The Rev. Dimmesdale keeps many vigils throughout the course of these seven years covered in The Scarlet Letter. We hear about them once, and then he heads to the scaffold in the middle of the night. I assume it's this event to which you're referring. Arthur feels the need to do more penance--more than fasting and keeping vigils and whipping himself bloody with a scourge.
He is tormented by guilt, and one night he goes to the scaffold. Many momentous things happen that night, as I'm sure you know--Arthur brings Hester and Pearl with him on the scaffold; Hester is struck by how weak and fragile he appears to be; Pearl asks him to stand with them in the daylight, and he refuses; Roger sees them but pretends he doesn't know the import of their being there together; a scarlet A is seen in the sky; a beloved governor dies.
In the morning, on a Sunday when everyone was gathering for church, Arthur's glove is found on the scaffold by a parishioner.

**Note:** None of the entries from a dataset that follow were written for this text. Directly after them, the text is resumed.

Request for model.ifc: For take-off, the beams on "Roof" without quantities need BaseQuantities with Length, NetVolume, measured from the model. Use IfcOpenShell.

First a look at what the model holds.

```python
import ifcopenshell
import ifcopenshell.util.element
import ifcopenshell.util.unit

model = ifcopenshell.open("model.ifc")
print(model.schema)
for unit_type in ("LENGTHUNIT", "AREAUNIT", "VOLUMEUNIT"):
    print(unit_type, ifcopenshell.util.unit.calculate_unit_scale(model, unit_type))
storey = next(s for s in model.by_type("IfcBuildingStorey") if s.Name == "Roof")
beams = [e for e in ifcopenshell.util.element.get_decomposition(storey) if e.is_a("IfcBeam")]
for e in sorted(beams, key=lambda e: e.id()):
    print(e.id(), e.is_a(), e.Name, list(ifcopenshell.util.element.get_psets(e, qtos_only=True)), sep=" | ")
```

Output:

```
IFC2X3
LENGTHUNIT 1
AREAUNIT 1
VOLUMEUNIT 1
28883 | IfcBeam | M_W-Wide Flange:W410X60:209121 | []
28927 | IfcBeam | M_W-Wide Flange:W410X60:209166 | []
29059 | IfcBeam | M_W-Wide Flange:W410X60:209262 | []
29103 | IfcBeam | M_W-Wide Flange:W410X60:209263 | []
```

```python
import ifcopenshell
import ifcopenshell.api.pset
import ifcopenshell.geom
import ifcopenshell.util.element
import ifcopenshell.util.shape
import ifcopenshell.util.unit

model = ifcopenshell.open("model.ifc")
unit_scale = ifcopenshell.util.unit.calculate_unit_scale(model)
volume_scale = ifcopenshell.util.unit.calculate_unit_scale(model, "VOLUMEUNIT")
settings = ifcopenshell.geom.settings()

storey = next(s for s in model.by_type("IfcBuildingStorey") if s.Name == "Roof")
beams = [e for e in ifcopenshell.util.element.get_decomposition(storey) if e.is_a("IfcBeam")]

for e in sorted(beams, key=lambda e: e.id()):
    if ifcopenshell.util.element.get_psets(e, qtos_only=True, should_inherit=False):
        continue
    # Geometry comes back in metres, in the element's own axes.
    shape = ifcopenshell.geom.create_shape(settings, e)
    values = {
        "Length": ifcopenshell.util.shape.get_max_xyz(shape.geometry) / unit_scale,
        "NetVolume": ifcopenshell.util.shape.get_volume(shape.geometry) / volume_scale,
    }
    qto = ifcopenshell.api.pset.add_qto(model, product=e, name="BaseQuantities")
    ifcopenshell.api.pset.edit_qto(model, qto=qto, properties=values)
    print(e.id(), {k: round(v, 3) for k, v in values.items()})

model.write("model_rev.ifc")
```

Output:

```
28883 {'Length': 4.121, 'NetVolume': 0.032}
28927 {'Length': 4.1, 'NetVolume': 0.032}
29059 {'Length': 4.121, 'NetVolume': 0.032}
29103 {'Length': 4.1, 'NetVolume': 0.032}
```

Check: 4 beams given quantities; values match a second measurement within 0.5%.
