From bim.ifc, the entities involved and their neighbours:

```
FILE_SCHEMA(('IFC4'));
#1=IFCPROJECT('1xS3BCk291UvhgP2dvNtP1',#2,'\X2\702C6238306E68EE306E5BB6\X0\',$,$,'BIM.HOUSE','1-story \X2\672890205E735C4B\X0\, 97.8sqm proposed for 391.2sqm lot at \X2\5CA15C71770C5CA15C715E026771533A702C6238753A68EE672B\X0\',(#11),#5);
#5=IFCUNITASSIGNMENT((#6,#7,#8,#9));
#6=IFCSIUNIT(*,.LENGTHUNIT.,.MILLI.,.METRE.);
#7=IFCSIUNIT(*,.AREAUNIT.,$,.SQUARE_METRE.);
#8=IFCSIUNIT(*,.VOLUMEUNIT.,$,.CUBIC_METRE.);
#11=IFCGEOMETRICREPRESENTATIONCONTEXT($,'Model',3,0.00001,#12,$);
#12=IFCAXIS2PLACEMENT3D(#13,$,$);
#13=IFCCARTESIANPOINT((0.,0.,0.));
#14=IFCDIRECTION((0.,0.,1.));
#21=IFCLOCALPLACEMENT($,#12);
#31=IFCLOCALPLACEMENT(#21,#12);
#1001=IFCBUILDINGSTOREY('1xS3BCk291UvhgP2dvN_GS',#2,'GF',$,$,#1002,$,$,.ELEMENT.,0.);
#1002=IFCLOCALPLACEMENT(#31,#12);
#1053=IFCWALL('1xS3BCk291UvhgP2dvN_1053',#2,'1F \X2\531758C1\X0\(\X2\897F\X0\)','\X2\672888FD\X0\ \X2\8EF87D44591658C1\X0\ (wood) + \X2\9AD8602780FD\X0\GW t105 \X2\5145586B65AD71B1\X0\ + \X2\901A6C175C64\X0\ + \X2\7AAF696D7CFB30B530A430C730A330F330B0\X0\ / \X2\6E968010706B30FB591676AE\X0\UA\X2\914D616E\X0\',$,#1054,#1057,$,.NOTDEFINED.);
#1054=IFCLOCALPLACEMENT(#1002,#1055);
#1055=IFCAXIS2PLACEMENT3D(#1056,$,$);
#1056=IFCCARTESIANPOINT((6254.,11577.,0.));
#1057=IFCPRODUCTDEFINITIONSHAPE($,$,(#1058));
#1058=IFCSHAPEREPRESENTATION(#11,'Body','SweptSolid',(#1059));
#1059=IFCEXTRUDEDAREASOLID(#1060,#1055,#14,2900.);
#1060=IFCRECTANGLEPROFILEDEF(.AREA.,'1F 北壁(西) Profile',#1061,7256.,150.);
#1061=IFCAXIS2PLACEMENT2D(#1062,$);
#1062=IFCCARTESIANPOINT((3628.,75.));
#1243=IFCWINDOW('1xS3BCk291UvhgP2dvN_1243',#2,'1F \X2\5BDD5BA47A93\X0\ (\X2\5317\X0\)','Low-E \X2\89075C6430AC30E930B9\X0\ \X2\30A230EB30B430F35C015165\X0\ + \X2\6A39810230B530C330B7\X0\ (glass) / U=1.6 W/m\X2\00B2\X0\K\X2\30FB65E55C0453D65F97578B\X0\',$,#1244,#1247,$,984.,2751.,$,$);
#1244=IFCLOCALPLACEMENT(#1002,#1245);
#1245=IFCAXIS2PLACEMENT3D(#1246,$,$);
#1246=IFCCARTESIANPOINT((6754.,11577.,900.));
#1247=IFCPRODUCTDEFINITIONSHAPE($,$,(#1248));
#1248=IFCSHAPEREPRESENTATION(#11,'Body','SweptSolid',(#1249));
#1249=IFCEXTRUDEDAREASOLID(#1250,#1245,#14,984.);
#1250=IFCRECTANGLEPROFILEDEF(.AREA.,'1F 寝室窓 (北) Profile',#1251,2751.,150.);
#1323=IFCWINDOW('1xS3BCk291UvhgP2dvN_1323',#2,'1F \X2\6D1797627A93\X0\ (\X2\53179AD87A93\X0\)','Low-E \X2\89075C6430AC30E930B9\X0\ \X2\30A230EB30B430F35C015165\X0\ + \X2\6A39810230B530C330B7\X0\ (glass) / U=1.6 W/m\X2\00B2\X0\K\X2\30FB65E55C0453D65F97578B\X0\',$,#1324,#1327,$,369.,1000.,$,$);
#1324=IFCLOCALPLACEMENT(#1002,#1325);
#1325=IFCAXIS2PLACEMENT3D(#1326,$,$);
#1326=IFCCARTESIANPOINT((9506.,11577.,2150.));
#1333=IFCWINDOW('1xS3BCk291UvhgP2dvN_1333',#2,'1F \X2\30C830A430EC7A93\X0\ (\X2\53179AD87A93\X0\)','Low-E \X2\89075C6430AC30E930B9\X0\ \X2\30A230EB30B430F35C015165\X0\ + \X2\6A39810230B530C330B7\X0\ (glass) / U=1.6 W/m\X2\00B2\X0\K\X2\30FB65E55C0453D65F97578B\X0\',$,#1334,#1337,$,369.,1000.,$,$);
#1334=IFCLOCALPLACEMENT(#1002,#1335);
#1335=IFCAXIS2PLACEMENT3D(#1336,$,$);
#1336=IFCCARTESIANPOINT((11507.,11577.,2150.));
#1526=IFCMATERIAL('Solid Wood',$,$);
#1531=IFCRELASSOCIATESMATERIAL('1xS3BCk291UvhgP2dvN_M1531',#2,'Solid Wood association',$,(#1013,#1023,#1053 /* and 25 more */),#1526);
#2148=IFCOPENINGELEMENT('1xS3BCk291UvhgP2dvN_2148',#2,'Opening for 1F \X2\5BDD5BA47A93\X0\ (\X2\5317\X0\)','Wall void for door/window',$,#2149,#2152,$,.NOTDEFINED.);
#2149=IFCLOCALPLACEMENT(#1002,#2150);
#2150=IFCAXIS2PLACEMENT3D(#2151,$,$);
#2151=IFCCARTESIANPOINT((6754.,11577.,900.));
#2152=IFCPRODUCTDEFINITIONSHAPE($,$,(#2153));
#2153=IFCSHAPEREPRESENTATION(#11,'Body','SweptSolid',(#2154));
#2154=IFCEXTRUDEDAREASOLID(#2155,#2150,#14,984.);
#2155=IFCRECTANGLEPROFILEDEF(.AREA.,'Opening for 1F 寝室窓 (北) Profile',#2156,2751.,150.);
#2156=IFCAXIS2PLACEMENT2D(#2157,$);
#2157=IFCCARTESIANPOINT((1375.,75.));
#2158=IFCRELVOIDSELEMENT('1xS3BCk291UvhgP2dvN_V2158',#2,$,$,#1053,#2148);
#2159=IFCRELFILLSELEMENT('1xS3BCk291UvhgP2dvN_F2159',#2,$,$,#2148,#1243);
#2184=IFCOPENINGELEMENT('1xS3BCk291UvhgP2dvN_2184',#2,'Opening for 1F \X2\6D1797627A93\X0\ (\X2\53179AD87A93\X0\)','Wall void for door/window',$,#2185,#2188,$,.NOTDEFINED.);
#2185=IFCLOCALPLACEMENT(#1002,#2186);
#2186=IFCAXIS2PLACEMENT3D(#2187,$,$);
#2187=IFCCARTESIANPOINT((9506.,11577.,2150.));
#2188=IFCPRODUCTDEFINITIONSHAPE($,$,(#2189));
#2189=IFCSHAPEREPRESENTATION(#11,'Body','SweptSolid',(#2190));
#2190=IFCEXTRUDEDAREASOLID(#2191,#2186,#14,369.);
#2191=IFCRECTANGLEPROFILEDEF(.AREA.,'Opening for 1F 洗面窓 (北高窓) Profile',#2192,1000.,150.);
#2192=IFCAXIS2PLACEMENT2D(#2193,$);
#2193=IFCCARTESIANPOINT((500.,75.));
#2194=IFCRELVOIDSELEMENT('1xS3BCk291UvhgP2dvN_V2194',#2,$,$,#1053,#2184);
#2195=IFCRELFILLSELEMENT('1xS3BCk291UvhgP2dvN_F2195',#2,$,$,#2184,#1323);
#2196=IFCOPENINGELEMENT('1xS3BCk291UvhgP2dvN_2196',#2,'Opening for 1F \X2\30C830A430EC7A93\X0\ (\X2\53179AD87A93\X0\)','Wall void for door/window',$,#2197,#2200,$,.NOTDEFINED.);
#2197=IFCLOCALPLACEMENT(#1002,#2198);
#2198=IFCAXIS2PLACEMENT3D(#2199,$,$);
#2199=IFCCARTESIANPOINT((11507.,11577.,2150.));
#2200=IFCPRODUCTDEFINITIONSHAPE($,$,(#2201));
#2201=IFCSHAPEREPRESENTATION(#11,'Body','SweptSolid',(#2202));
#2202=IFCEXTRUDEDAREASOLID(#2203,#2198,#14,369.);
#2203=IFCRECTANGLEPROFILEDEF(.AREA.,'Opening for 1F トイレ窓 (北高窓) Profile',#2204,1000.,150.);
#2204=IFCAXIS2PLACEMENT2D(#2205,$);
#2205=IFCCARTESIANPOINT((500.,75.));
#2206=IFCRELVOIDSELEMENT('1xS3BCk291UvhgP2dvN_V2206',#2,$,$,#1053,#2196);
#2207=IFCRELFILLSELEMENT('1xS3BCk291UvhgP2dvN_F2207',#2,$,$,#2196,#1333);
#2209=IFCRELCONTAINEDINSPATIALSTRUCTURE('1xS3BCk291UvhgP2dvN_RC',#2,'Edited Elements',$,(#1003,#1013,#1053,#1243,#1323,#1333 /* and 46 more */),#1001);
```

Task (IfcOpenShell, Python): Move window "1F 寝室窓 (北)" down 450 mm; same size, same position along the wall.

```python
import numpy as np
import ifcopenshell
import ifcopenshell.api.geometry
import ifcopenshell.util.placement
import ifcopenshell.util.unit

model = ifcopenshell.open("bim.ifc")
unit_scale = ifcopenshell.util.unit.calculate_unit_scale(model)

window = model.by_guid("1xS3BCk291UvhgP2dvN_1243")
opening = window.FillsVoids[0].RelatingOpeningElement
dz = -0.45 / unit_scale

shift = np.array([0.0, 0.0, dz])
# The window is not placed relative to its opening, so move both.
for product in (opening, window):
    matrix = ifcopenshell.util.placement.get_local_placement(product.ObjectPlacement)
    matrix[:3, 3] += shift
    ifcopenshell.api.geometry.edit_object_placement(model, product=product, matrix=matrix, is_si=False)

print(f"moved by {dz * unit_scale:+.3f} m")

model.write("bim_v2.ifc")
```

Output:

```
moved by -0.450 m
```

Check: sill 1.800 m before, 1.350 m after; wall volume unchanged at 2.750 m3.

The effect is as might be predicted--no one assumes the pastor they adore has been on the scaffold; instead they assume Satan is up to his old tricks, so to speak, trying to make a man of God look bad. Next time, says the parishioner with a laugh, the Reverend will just have to fight the devil with his bare hands.
If you're referring simply to the vigils--a prolonged period of prayer and watching, with no sleeping--they are making him weak. The weaker he gets, though, the closer the people think he is to heaven.
Either way. the effect on his career, then, is that he is even more revered by his "flock."
What I mean by that is it helps his career, not him.
I think the effect is ironic:while Dimmesdale is trying to punish himself, (his vigil being one of his ways), the vigil itself only makes him a better, more passionate speaker. Because of this, the townspeople adore and respect him even more, thus causing him even more pain.